Nächste Generation hat Chance, europäischer Player zu werden
Sterz: Aber ist da der Zug nicht schon längst abgefahren, wenn wir uns Google und Facebook angucken? Also müsste man da nicht zig Millionen reinstecken und man würde immer noch nicht an die Macht herankommen, die diese beiden Konzerne zum Beispiel schon längst haben?
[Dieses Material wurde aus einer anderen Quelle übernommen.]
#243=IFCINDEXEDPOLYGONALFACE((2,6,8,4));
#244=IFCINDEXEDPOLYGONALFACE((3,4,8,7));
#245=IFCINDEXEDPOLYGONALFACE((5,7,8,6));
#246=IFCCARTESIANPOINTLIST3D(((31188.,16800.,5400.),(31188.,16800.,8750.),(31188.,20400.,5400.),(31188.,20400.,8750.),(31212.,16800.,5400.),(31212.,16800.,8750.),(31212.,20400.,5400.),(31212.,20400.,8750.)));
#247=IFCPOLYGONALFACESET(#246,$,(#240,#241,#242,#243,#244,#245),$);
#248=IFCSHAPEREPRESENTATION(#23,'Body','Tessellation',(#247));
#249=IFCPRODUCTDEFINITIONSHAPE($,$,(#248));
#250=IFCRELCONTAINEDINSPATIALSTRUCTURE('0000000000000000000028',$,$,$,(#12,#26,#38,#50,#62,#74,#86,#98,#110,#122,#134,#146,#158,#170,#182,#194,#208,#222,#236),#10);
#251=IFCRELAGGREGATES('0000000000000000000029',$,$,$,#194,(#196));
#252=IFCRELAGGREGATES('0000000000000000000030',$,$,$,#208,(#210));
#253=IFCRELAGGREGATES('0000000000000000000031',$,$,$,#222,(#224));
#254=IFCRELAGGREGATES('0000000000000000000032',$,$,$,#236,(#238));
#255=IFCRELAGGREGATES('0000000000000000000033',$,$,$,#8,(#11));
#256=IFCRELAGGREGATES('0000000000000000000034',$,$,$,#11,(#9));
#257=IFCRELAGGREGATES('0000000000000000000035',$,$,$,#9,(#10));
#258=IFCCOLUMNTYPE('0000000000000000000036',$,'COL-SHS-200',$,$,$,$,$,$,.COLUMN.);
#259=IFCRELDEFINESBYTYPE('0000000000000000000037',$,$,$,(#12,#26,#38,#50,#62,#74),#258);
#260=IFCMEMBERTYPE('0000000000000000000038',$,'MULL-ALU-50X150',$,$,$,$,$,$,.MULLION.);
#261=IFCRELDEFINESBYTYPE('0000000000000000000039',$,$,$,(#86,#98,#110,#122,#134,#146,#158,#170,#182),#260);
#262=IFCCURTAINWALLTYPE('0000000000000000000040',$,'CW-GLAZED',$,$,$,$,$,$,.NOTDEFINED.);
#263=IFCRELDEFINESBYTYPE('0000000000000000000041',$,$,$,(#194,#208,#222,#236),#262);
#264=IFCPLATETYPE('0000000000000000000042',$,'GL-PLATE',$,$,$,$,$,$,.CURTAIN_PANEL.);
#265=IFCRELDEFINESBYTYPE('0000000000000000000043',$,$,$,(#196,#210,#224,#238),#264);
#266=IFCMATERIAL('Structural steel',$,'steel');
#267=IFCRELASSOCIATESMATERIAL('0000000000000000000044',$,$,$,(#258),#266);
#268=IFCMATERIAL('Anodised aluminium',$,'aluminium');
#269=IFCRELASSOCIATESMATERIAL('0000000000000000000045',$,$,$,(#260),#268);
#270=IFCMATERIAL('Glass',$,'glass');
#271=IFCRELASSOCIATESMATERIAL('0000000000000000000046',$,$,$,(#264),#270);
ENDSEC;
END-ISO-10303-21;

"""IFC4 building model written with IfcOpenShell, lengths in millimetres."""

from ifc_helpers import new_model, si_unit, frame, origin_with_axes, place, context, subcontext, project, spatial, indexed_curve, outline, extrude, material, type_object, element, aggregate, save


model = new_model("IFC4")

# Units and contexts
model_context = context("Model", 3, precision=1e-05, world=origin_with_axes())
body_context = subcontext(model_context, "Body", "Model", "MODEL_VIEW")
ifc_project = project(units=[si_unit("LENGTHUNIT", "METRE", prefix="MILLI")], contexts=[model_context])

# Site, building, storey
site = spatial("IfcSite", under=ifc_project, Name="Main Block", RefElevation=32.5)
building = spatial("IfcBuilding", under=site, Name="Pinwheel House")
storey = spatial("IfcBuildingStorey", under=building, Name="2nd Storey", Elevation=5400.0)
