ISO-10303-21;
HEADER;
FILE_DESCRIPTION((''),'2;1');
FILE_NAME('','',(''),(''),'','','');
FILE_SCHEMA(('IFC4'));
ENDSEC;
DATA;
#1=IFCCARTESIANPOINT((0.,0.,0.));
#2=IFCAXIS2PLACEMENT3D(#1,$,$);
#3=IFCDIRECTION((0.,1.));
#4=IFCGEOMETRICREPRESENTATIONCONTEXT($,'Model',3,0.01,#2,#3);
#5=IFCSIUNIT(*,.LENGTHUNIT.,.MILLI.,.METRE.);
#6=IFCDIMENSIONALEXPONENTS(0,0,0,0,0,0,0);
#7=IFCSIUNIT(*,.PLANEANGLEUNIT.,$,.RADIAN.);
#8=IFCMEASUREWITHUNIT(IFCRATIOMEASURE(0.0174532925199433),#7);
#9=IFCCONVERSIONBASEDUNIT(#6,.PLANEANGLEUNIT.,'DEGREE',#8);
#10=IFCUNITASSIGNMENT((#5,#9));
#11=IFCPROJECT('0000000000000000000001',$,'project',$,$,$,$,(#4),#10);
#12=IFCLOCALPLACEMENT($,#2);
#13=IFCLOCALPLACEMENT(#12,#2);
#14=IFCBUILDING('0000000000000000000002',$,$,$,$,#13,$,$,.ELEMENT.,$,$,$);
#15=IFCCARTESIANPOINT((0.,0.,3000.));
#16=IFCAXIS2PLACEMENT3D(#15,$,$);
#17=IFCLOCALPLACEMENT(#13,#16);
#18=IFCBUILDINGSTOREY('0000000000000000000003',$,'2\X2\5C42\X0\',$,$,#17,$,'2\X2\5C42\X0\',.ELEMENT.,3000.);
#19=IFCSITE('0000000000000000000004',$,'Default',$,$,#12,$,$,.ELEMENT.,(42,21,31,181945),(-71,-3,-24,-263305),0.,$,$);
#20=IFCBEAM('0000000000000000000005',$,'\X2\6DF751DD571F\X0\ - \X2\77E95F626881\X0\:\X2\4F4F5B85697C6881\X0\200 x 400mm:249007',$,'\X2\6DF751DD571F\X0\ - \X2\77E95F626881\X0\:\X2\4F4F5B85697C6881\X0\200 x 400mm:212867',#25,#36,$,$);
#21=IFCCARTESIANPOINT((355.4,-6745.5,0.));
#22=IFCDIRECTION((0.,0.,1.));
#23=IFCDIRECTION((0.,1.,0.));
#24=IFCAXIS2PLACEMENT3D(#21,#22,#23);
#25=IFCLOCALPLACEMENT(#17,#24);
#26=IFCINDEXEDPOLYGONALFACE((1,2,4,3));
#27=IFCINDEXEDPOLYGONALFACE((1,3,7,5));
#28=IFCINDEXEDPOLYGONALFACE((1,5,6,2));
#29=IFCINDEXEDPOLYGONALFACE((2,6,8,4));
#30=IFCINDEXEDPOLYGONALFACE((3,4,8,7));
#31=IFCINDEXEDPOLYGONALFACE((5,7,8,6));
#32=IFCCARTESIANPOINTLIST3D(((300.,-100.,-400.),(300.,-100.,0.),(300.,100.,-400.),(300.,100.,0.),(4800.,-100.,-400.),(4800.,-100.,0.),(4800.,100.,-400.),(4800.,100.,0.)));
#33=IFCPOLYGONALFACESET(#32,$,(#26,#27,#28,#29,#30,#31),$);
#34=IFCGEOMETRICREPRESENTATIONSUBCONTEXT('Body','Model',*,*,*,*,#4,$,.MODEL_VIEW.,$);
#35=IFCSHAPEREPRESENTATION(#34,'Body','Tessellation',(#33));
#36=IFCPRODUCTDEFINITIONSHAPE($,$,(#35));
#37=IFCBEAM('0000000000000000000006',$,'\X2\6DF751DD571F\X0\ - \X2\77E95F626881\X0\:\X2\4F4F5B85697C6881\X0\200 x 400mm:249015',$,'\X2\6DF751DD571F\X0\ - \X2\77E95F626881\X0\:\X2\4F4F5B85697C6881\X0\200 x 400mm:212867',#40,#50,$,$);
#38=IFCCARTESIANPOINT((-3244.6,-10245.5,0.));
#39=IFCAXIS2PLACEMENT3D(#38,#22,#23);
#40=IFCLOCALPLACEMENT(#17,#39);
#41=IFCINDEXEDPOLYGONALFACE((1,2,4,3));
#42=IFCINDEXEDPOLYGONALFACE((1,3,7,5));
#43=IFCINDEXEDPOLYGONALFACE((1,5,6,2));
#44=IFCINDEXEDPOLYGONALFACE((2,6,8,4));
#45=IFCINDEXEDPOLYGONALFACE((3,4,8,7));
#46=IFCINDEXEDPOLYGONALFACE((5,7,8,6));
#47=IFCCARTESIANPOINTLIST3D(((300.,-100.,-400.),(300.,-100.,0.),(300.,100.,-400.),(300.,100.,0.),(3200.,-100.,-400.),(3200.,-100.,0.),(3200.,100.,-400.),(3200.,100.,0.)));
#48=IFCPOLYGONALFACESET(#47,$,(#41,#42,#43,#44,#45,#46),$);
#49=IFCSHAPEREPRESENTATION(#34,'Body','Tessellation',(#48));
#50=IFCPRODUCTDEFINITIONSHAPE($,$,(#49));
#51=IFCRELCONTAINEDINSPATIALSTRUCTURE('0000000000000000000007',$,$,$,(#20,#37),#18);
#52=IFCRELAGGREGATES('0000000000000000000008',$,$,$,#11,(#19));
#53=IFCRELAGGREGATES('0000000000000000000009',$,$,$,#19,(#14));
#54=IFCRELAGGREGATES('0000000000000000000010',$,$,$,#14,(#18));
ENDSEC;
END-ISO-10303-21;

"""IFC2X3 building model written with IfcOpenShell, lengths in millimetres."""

from ifc_helpers import new_model, entity, si_unit, converted_unit, direction, frame, frame_2d, origin, origin_2d_with_axis, place, context, subcontext, project, spatial, rectangle, extrude, element, save


model = new_model("IFC2X3")

# Units and contexts
model_context = context("Model", 3, precision=0.01, world=origin(), true_north=direction((0.0, 1.0)))
body_context = subcontext(model_context, "Body", "Model", "MODEL_VIEW")
ifc_project = project(units=[si_unit("LENGTHUNIT", "METRE", prefix="MILLI"), converted_unit("PLANEANGLEUNIT", "DEGREE", entity("IfcRatioMeasure", 0.0174532925199433), si_unit("PLANEANGLEUNIT", "RADIAN"), dimensions=[0, 0, 0, 0, 0, 0, 0])], contexts=[model_context])

# Site, building, storey
site_placement = place(None, origin())
site = spatial("IfcSite", under=ifc_project, at=site_placement, Name="Default", CompositionType="ELEMENT", RefLatitude=(42, 21, 31, 181945), RefLongitude=(-71, -3, -24, -263305), RefElevation=0.0)
building_placement = place(site_placement, origin())
building = spatial("IfcBuilding", under=site, at=building_placement, CompositionType="ELEMENT")
storey_placement = place(building_placement, frame((0.0, 0.0, 3000.0)))
storey = spatial("IfcBuildingStorey", under=building, at=storey_placement, Name="2层", LongName="2层", CompositionType="ELEMENT", Elevation=3000.0)

# Beams
beam_1_placement = place(storey_placement, frame((355.4, -6745.5, 0.0), z_axis=(0.0, 0.0, 1.0), x_axis=(0.0, 1.0, 0.0)))
element("IfcBeam", 1, at=beam_1_placement, inside=storey, Name="混凝土 - 矩形梁:住宅楼梁200 x 400mm:249007", ObjectType="混凝土 - 矩形梁:住宅楼梁200 x 400mm:212867", context=body_context, shape_type="SweptSolid", body=[
    extrude(rectangle(XDim=400.0, YDim=200.0, at=frame_2d((0.0, 0.0), x_axis=(1.0, 0.0))), frame((300.0, 0.0, -200.0), z_axis=(1.0, 0.0, 0.0), x_axis=(0.0, 0.0, -1.0)), (0.0, 0.0, 1.0), 4500.0),
])
beam_2_placement = place(storey_placement, frame((-3244.6, -10245.5, 0.0), z_axis=(0.0, 0.0, 1.0), x_axis=(0.0, 1.0, 0.0)))
element("IfcBeam", 2, at=beam_2_placement, inside=storey, Name="混凝土 - 矩形梁:住宅楼梁200 x 400mm:249015", ObjectType="混凝土 - 矩形梁:住宅楼梁200 x 400mm:212867", context=body_context, shape_type="SweptSolid", body=[
    extrude(rectangle(XDim=400.0, YDim=200.0, at=origin_2d_with_axis()), frame((300.0, 0.0, -200.0), z_axis=(1.0, 0.0, 0.0), x_axis=(0.0, 0.0, -1.0)), (0.0, 0.0, 1.0), 2900.0),
])

save(model, "model.ifc")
Wrabetz: Ja, natürlich. Da muss man Realitäten anerkennen und sich jetzt auf die Zukunft auch konzentrieren. Klar ist, es ist ja nicht nur Österreich, sondern auch Europa hat den Bereich der Suchmaschinen versagt - wenn man so will - hat im Bereich Social Media versagt. Und wir sind alle Zwergerl - wie man so sagt - mit unseren Bemühungen im Vergleich zu fünf, sechs großen amerikanischen Konzernen. Aber es kommt jetzt schon wieder die nächste Welle der Digitalisierung. Wenn man sich z.B. anschaut im Bereich "Internet of things" oder "Smartspeaker" etc., also brandneue Plattformen, die man heute noch gar nicht kennt. Da hätten europäische Player, wenn man geschickt zusammenarbeitet und das Richtige fördert, schon eine Chance, vielleicht bei der nächsten Generation schon wieder weiter vorne mit dabei zu sein. Das ist schwer, aber das sollte das Ziel europäischer Politik sein.